- East Patel Nagar Location in Delhi, India
- Coordinates: 28°39′02″N 77°10′09″E﻿ / ﻿28.6505°N 77.1691°E
- Country: India
- State: Delhi
- District: Central Delhi

Government
- • Body: North Delhi Municipal Corporation

Languages
- • Official: Hindi, English
- Time zone: UTC+5:30 (IST)
- Postal code: 110008
- Lok Sabha constituency: New Delhi
- Vidhan Sabha constituency: Patel Nagar
- Current Member of the Legislative Assembly: Raaj Kumar Anand
- Civic agency: North Delhi Municipal Corporation
- MP: Meenakshi Lekhi

= East Patel Nagar =

East Patel Nagar is a region of Central Delhi. It covers the eastern part of the Patel Nagar area. Among the three divisions of Municipal Corporation of Delhi, North, South and East, East Patel Nagar falls under North Delhi Municipal Corporation.

==Area==
The PIN Code of East Patel Nagar is 110008. The area is surrounded by the following colonies:

- Rajendra Place – east
- South Patel Nagar – south
- Ranjit Nagar – south
- West Patel Nagar – west
- Rajendra Nagar – southeast
- Prasad Nagar – northeast

The main hospital in the region is Sardar Patel Hospital, a government facility. The B.L.Kapoor Memorial Hospital is another hospital that is very close to East Patel Nagar.

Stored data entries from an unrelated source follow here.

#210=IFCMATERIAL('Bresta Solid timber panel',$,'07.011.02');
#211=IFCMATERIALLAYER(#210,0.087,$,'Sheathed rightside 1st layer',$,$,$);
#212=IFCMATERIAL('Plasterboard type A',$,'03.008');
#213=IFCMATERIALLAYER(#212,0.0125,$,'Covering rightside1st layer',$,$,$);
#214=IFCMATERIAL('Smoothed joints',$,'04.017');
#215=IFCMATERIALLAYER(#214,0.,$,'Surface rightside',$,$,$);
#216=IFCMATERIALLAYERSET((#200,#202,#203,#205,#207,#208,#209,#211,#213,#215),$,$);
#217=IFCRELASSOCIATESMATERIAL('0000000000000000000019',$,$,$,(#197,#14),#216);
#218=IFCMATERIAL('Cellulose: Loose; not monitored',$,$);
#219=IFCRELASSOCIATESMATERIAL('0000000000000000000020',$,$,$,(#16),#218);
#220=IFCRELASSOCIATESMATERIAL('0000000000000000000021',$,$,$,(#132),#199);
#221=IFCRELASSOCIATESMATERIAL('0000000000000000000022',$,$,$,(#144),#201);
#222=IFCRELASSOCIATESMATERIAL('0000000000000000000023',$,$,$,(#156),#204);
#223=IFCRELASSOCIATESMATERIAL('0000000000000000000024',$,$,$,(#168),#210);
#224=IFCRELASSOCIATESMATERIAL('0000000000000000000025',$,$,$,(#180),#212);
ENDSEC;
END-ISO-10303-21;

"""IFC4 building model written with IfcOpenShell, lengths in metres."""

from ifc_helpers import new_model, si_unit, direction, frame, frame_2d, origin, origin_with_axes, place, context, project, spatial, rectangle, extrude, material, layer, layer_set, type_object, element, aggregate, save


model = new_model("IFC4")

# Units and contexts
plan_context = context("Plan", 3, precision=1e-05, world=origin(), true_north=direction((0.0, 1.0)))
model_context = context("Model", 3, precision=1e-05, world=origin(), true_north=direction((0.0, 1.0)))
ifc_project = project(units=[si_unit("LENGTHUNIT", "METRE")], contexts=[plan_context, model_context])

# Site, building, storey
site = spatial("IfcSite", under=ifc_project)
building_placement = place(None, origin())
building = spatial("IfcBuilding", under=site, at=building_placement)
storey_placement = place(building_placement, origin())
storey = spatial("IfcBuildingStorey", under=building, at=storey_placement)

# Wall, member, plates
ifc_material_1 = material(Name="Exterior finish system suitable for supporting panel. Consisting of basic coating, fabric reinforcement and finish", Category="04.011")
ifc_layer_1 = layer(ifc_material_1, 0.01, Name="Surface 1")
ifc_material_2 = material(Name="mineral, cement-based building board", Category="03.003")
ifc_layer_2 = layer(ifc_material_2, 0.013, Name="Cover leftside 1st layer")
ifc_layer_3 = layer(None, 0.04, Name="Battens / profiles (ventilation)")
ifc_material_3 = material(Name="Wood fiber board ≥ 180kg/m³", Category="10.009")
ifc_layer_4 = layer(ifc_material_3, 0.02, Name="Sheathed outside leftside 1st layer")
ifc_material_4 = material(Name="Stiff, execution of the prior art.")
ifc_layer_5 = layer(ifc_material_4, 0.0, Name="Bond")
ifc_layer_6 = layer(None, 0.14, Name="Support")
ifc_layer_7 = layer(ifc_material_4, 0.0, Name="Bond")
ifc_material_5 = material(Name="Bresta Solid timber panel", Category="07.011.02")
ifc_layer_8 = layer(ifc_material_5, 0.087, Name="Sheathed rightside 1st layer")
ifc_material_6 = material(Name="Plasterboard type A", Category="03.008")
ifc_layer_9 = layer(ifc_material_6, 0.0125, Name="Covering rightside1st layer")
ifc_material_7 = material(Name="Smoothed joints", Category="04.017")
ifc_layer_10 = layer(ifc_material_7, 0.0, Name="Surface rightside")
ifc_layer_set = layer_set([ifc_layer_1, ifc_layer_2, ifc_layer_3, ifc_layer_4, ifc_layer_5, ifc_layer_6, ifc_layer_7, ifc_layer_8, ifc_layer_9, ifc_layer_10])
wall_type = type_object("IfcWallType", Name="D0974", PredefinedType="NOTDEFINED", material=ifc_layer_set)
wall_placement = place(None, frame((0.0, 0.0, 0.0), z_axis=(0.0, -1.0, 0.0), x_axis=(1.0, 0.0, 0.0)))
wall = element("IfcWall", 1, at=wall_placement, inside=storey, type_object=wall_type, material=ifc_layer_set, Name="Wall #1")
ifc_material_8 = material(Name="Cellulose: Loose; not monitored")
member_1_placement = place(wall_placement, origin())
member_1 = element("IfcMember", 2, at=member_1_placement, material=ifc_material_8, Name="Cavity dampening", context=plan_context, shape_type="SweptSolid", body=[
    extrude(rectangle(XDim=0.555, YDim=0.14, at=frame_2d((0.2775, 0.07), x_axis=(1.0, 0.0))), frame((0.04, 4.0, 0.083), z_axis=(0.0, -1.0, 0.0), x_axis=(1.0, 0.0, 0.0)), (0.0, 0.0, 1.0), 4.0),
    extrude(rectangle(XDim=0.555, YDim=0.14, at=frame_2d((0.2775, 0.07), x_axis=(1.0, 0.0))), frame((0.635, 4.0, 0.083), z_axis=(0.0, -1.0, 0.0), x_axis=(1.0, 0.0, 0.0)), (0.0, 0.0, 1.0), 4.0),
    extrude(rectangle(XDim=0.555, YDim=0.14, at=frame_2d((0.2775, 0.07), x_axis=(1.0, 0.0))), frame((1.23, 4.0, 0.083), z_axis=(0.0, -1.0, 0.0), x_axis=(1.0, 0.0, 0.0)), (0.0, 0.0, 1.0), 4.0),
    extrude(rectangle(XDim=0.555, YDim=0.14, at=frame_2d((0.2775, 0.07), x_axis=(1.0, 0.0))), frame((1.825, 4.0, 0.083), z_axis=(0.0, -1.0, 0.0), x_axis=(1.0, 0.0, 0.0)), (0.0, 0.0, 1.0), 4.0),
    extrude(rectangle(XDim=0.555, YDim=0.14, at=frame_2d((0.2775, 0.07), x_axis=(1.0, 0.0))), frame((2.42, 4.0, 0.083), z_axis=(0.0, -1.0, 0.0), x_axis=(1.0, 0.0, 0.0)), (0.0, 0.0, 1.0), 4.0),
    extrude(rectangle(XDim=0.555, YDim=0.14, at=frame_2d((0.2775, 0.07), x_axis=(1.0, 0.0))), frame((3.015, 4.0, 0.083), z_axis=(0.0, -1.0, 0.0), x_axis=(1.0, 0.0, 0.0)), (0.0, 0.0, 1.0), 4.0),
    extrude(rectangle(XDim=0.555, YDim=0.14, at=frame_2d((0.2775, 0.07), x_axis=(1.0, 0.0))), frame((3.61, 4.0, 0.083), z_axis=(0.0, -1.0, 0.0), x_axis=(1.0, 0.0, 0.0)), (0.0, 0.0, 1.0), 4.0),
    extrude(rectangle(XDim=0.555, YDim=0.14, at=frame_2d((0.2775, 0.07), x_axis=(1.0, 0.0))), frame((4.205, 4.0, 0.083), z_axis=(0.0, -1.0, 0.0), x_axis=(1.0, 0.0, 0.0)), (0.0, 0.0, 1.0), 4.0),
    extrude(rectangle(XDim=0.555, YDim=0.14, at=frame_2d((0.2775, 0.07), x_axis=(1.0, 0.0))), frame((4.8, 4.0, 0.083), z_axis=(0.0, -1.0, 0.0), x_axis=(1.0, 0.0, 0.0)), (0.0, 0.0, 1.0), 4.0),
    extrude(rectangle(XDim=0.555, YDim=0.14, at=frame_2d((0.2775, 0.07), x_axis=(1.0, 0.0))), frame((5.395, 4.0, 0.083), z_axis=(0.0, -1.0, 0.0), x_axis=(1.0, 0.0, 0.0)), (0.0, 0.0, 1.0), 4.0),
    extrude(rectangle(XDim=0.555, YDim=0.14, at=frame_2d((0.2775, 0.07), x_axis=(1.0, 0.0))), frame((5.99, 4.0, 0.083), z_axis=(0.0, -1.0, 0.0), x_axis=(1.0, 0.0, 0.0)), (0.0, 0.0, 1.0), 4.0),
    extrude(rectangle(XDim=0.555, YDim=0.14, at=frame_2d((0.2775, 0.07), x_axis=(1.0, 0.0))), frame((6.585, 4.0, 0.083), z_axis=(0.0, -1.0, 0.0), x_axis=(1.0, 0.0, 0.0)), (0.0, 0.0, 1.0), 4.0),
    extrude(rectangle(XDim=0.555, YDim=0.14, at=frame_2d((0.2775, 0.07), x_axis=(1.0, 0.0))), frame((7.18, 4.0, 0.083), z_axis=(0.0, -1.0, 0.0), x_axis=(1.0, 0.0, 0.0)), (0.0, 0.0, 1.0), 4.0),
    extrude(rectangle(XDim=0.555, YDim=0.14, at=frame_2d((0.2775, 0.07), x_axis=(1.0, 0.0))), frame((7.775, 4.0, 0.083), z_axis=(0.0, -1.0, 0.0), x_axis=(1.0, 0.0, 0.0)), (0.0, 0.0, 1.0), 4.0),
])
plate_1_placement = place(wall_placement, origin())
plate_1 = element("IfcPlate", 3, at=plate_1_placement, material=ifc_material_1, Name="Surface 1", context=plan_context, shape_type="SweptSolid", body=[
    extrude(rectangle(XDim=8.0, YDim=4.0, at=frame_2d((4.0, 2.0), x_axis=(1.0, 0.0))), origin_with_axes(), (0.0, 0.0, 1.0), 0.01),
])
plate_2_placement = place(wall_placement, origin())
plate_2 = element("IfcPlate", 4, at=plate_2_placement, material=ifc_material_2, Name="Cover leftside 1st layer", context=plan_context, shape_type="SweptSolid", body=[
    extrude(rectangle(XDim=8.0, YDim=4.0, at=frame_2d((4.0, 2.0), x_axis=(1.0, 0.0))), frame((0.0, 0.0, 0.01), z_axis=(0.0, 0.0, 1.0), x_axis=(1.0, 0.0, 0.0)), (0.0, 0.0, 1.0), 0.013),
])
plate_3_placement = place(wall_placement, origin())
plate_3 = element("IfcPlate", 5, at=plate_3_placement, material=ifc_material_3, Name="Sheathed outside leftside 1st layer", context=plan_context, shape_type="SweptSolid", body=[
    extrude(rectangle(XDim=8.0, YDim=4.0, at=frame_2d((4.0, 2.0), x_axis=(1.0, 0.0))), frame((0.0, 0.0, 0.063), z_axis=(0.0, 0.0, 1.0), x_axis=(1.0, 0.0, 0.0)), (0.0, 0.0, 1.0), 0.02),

Jaypee Siddharth Hotel is a five star hotel located at one end of East Patel Nagar.

The main cinema hall in this region is Satyam Cineplex. It is located in West Patel Nagar.

Vivek Cinema was another hall located here but it was demolished to construct the Patel Nagar Metro Station. There is another hall by the name of Rachna in the Rajendra Place region, but it has not been operational for several years.

==Metro station==
There are two metro stations in or near East Patel Nagar: Patel Nagar and Rajendra Place.

== Politics ==

East Patel Nagar comes under the jurisdiction of New Delhi Lok Sabha Constituency. The current MP is Meenakshi Lekhi of the Bhartiya Janata Party.

As far as Vidhan Sabha is concerned, East Patel Nagar falls under Patel Nagar constituency. The current MLA is Raaj Kumar Anand of the Aam Aadmi Party. He succeeded Hazari Lal Chauhan, who also was a part of Aam Aadmi Party.